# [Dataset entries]
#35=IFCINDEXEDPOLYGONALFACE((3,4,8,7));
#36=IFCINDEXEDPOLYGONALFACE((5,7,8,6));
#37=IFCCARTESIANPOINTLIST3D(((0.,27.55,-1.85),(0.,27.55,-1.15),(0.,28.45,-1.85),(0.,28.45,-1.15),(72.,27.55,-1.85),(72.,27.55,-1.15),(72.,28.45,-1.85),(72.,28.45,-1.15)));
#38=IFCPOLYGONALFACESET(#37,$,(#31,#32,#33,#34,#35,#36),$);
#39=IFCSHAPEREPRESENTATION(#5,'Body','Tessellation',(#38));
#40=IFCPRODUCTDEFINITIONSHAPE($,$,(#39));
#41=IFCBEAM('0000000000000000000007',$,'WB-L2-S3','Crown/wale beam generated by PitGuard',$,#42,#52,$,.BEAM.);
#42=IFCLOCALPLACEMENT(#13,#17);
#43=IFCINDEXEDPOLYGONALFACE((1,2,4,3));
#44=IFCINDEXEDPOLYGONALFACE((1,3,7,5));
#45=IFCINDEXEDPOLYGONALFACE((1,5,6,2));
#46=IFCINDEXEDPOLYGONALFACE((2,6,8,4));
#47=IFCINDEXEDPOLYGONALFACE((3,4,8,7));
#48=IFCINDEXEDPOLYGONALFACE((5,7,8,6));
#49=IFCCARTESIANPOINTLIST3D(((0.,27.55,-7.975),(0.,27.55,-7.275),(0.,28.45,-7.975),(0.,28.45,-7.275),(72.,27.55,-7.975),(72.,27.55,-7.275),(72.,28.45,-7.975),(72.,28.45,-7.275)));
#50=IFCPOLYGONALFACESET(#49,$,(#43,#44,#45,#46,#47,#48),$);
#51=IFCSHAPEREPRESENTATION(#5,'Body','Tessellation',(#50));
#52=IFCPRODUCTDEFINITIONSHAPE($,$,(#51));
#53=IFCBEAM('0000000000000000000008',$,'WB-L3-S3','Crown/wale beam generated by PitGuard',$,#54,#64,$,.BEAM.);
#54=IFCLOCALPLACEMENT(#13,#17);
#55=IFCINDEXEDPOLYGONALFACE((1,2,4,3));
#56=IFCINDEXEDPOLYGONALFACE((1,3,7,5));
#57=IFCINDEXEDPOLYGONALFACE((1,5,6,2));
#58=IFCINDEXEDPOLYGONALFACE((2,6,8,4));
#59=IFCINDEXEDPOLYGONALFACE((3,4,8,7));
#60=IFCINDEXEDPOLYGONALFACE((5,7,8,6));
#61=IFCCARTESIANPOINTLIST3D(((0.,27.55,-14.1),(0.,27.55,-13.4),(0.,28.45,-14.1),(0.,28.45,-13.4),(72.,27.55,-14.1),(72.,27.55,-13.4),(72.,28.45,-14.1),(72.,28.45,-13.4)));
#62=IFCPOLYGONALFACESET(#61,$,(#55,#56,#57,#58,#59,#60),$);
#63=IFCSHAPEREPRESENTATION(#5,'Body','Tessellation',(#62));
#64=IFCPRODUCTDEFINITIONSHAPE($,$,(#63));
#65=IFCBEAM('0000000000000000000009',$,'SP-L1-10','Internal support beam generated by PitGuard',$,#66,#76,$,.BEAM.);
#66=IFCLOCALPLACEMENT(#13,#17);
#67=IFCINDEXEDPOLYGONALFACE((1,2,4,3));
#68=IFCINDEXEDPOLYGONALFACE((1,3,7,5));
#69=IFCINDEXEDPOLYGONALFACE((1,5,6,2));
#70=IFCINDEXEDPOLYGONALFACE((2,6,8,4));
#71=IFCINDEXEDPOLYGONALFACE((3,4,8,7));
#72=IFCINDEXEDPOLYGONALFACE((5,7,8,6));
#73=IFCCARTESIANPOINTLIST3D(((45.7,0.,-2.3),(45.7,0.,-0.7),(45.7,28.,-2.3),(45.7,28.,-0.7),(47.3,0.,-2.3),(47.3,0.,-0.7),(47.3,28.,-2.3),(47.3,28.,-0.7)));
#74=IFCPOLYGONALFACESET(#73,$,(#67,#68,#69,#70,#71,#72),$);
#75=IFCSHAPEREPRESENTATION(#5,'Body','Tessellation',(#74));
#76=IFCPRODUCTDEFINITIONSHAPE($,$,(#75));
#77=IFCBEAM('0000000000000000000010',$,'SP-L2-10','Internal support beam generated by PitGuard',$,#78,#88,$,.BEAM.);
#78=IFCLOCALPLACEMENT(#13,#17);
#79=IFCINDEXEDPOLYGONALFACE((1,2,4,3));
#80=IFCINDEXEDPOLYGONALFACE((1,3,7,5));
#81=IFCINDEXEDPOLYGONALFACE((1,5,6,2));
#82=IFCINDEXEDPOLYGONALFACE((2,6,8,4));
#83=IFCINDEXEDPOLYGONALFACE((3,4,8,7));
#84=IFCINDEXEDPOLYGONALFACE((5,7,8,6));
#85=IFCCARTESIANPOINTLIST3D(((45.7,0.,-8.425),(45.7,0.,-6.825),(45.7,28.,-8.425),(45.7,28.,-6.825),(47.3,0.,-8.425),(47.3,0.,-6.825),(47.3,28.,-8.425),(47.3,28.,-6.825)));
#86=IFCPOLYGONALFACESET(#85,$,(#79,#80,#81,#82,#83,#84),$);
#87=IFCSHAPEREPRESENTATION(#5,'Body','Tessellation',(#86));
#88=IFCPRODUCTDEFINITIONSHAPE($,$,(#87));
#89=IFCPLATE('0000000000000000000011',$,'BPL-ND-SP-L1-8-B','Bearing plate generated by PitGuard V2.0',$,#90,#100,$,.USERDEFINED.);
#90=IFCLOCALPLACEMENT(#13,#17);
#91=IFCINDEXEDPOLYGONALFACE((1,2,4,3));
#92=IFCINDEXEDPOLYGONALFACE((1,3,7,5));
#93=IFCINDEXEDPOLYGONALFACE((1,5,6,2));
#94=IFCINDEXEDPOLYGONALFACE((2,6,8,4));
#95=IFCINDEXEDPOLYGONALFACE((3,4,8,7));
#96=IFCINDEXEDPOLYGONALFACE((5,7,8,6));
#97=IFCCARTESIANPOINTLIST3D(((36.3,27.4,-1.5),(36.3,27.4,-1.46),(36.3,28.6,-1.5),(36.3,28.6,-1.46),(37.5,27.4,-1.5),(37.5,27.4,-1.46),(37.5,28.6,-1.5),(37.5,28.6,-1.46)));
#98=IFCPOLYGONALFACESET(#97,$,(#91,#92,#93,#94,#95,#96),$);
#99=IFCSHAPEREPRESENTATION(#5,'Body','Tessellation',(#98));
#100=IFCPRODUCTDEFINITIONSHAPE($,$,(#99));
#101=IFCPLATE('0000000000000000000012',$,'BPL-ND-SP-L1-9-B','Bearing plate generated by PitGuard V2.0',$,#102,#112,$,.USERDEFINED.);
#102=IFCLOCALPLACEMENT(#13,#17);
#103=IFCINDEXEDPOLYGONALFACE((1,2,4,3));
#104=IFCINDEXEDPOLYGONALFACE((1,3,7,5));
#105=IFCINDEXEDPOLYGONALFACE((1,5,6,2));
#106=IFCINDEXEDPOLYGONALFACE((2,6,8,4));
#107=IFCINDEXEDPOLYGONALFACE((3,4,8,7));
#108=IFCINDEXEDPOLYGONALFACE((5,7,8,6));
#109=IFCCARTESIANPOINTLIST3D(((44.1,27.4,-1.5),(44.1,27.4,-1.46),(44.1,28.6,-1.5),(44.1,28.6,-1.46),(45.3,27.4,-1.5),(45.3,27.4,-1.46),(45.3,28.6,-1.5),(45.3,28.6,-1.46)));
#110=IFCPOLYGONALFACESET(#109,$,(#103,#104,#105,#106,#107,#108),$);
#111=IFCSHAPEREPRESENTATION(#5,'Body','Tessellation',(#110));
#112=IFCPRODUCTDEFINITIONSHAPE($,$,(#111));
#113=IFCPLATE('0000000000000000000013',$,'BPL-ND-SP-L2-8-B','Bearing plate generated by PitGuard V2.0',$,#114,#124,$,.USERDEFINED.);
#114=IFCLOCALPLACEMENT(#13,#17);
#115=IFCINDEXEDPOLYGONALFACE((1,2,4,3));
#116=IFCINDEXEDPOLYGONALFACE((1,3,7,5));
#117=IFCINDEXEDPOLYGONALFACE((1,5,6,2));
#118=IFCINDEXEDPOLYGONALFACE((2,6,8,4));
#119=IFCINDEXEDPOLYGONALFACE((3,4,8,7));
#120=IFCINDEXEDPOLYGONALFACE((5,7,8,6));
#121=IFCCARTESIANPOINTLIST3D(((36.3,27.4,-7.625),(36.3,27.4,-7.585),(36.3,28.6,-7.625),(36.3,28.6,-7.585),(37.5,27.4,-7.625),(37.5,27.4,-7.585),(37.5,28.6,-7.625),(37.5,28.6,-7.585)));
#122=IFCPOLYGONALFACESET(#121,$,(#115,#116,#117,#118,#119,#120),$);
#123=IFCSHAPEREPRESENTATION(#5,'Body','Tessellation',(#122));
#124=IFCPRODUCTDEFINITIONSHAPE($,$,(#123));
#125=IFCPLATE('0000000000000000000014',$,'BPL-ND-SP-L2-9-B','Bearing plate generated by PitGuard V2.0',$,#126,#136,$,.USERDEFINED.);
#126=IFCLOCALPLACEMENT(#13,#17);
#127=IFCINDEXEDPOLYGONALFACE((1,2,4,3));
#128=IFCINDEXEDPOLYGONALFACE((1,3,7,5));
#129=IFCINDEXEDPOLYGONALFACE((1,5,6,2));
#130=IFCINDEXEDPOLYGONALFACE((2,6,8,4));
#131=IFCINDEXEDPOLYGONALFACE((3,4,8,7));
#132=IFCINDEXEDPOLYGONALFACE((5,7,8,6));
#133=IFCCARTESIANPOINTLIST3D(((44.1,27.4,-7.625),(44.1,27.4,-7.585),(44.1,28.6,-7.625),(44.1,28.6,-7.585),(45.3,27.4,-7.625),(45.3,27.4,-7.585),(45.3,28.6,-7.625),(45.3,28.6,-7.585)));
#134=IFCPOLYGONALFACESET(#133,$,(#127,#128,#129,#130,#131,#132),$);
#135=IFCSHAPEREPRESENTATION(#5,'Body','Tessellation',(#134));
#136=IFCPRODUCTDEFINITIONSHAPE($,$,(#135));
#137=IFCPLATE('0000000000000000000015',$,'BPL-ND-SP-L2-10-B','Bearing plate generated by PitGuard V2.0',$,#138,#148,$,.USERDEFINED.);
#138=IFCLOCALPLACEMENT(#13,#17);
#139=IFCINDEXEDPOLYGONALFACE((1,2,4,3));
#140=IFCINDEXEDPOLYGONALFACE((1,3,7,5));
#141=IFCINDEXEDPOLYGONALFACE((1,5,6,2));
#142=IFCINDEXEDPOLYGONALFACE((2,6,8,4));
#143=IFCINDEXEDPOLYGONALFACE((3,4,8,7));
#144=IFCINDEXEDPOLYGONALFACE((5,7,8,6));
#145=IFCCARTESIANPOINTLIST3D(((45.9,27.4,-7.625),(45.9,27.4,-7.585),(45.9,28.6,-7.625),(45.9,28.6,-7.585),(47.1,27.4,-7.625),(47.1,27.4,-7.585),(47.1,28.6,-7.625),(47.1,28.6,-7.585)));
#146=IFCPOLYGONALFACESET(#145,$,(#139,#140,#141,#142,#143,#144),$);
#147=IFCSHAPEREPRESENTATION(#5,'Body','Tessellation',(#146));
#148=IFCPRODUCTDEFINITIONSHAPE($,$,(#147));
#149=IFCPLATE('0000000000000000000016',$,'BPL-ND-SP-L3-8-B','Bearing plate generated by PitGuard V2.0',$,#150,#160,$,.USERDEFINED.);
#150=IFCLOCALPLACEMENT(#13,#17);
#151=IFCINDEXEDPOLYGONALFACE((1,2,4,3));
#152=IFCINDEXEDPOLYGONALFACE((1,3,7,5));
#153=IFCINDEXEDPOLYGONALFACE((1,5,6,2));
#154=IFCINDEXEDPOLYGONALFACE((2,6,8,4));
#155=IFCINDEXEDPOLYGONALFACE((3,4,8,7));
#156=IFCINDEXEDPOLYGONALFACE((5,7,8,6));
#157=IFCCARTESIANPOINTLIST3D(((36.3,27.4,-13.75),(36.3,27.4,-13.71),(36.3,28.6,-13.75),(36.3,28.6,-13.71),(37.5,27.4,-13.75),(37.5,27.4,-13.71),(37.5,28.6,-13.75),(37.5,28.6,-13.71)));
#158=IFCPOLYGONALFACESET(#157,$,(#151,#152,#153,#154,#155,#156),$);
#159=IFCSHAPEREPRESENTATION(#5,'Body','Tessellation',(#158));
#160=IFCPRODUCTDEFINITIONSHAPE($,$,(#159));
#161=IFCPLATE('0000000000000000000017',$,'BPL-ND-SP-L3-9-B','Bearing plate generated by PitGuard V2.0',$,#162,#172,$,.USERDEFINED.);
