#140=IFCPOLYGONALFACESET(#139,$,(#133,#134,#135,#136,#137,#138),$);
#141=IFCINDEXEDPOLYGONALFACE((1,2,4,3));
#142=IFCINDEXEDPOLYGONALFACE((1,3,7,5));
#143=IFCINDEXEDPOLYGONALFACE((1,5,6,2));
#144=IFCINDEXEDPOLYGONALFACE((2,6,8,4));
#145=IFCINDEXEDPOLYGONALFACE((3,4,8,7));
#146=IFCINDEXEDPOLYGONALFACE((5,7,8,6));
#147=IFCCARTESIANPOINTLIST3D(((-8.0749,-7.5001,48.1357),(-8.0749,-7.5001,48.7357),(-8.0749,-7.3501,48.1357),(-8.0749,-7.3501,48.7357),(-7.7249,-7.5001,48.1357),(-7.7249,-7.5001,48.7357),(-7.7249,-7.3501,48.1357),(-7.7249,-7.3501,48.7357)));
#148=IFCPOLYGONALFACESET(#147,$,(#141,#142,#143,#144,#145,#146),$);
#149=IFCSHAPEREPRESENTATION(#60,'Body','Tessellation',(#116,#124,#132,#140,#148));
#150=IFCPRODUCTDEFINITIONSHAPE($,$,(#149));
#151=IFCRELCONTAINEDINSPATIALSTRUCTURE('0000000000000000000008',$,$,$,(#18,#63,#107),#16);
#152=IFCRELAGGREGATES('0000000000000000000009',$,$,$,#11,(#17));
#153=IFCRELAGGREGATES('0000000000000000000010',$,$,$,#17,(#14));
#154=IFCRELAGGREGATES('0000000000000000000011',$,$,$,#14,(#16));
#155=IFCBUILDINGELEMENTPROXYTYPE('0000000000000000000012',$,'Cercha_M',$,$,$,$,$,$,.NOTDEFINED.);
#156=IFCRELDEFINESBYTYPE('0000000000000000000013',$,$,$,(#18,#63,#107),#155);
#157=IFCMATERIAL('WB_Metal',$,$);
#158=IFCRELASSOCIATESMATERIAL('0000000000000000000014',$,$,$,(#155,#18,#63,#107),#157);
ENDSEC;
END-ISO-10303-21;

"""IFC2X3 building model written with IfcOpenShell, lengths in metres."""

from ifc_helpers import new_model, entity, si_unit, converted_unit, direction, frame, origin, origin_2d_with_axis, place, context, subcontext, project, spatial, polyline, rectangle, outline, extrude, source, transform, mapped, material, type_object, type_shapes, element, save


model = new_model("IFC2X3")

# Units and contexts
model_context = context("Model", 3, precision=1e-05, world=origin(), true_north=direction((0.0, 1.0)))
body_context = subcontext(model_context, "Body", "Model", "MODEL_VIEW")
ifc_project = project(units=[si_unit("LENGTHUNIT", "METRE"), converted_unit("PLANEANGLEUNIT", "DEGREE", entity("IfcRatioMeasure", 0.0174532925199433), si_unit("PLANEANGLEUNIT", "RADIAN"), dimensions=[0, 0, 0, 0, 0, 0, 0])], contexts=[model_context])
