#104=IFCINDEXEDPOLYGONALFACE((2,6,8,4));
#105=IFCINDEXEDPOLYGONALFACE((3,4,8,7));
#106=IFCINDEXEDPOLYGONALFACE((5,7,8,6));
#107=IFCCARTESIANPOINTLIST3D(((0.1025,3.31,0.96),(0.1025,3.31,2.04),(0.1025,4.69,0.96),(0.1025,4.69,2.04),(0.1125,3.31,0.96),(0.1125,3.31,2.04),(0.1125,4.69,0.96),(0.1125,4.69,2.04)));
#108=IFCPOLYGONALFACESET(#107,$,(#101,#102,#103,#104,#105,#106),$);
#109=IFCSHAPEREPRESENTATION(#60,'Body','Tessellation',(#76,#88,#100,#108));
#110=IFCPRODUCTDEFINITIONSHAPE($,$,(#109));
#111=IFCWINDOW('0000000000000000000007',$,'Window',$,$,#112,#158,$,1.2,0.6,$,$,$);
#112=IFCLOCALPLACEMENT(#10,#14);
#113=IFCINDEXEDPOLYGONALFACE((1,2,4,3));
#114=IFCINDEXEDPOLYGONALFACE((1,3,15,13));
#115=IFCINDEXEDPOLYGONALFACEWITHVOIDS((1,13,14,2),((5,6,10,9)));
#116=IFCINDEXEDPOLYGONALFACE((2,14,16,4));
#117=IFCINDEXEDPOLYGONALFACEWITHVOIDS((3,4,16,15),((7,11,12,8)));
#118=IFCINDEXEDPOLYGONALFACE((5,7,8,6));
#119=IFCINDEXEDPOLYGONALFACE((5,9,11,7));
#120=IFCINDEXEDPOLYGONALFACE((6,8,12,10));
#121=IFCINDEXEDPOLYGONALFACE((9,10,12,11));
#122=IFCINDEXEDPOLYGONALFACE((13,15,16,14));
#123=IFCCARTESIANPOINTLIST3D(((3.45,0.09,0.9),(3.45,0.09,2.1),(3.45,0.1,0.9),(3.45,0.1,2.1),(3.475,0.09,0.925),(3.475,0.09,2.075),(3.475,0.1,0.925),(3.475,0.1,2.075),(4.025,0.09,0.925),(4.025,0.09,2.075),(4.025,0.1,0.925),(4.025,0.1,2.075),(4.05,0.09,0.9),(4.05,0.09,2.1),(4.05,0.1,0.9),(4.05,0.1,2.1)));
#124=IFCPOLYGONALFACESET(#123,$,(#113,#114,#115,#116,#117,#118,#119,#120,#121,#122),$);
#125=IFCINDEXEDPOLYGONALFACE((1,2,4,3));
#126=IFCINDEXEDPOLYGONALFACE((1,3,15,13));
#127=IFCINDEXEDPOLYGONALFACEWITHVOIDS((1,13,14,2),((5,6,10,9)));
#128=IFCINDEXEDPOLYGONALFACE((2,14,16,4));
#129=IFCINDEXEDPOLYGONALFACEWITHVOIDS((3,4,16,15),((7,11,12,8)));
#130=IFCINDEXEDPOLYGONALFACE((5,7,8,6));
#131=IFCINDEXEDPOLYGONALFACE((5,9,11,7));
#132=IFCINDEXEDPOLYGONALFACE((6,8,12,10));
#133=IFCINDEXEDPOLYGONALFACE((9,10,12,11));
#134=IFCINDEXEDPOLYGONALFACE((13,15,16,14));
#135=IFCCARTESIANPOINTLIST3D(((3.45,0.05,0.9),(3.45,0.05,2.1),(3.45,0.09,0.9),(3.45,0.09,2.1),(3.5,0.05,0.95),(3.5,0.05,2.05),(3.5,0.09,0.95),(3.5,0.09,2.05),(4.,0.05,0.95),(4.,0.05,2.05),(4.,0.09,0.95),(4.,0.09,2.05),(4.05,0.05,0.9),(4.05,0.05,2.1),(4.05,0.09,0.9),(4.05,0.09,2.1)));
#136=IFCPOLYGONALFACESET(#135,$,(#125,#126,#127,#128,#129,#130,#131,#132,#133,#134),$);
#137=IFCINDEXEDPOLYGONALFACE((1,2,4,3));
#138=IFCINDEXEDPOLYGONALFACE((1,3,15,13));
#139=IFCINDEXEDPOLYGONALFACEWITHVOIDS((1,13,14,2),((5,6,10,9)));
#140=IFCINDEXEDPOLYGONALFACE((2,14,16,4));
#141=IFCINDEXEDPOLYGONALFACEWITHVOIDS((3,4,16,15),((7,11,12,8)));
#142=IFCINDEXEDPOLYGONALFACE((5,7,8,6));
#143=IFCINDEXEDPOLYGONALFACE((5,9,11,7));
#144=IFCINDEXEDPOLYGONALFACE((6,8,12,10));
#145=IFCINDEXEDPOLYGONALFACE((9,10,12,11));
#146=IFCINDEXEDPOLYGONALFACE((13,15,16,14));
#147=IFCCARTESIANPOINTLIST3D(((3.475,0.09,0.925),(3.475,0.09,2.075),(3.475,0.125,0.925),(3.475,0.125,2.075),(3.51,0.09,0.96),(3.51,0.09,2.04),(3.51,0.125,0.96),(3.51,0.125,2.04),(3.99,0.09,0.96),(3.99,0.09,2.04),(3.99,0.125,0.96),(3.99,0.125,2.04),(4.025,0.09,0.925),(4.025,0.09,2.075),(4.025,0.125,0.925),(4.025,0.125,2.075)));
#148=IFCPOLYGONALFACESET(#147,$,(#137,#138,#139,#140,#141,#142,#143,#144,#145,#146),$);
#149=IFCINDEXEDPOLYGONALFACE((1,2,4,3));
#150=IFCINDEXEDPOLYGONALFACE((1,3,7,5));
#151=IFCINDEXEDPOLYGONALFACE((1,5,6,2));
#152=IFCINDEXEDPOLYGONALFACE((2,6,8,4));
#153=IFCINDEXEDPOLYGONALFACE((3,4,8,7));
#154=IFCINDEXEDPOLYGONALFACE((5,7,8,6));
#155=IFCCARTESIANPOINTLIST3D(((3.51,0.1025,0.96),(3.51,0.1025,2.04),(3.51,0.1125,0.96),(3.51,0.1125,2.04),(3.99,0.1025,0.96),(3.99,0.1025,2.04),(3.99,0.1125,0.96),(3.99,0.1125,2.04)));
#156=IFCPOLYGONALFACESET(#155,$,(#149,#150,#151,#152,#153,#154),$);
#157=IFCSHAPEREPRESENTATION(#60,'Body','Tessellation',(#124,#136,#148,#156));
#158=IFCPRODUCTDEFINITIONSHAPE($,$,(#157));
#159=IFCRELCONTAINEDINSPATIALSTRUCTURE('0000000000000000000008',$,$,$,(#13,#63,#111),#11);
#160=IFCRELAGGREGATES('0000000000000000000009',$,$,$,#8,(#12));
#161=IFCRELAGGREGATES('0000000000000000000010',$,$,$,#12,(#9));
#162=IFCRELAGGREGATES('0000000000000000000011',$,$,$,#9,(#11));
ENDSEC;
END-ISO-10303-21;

# [Your assignment]
All that belongs in the answer is an exact copy of the lines from the start of the records above through the line with "#44=IFCINDEXEDPOLYGONALFACE((1,3,7,5));".

# [Task response]
#35=IFCINDEXEDPOLYGONALFACE((3,4,8,7));
#36=IFCINDEXEDPOLYGONALFACE((5,7,8,6));
#37=IFCCARTESIANPOINTLIST3D(((0.,27.55,-1.85),(0.,27.55,-1.15),(0.,28.45,-1.85),(0.,28.45,-1.15),(72.,27.55,-1.85),(72.,27.55,-1.15),(72.,28.45,-1.85),(72.,28.45,-1.15)));
#38=IFCPOLYGONALFACESET(#37,$,(#31,#32,#33,#34,#35,#36),$);
#39=IFCSHAPEREPRESENTATION(#5,'Body','Tessellation',(#38));
#40=IFCPRODUCTDEFINITIONSHAPE($,$,(#39));
#41=IFCBEAM('0000000000000000000007',$,'WB-L2-S3','Crown/wale beam generated by PitGuard',$,#42,#52,$,.BEAM.);
#42=IFCLOCALPLACEMENT(#13,#17);
#43=IFCINDEXEDPOLYGONALFACE((1,2,4,3));
#44=IFCINDEXEDPOLYGONALFACE((1,3,7,5));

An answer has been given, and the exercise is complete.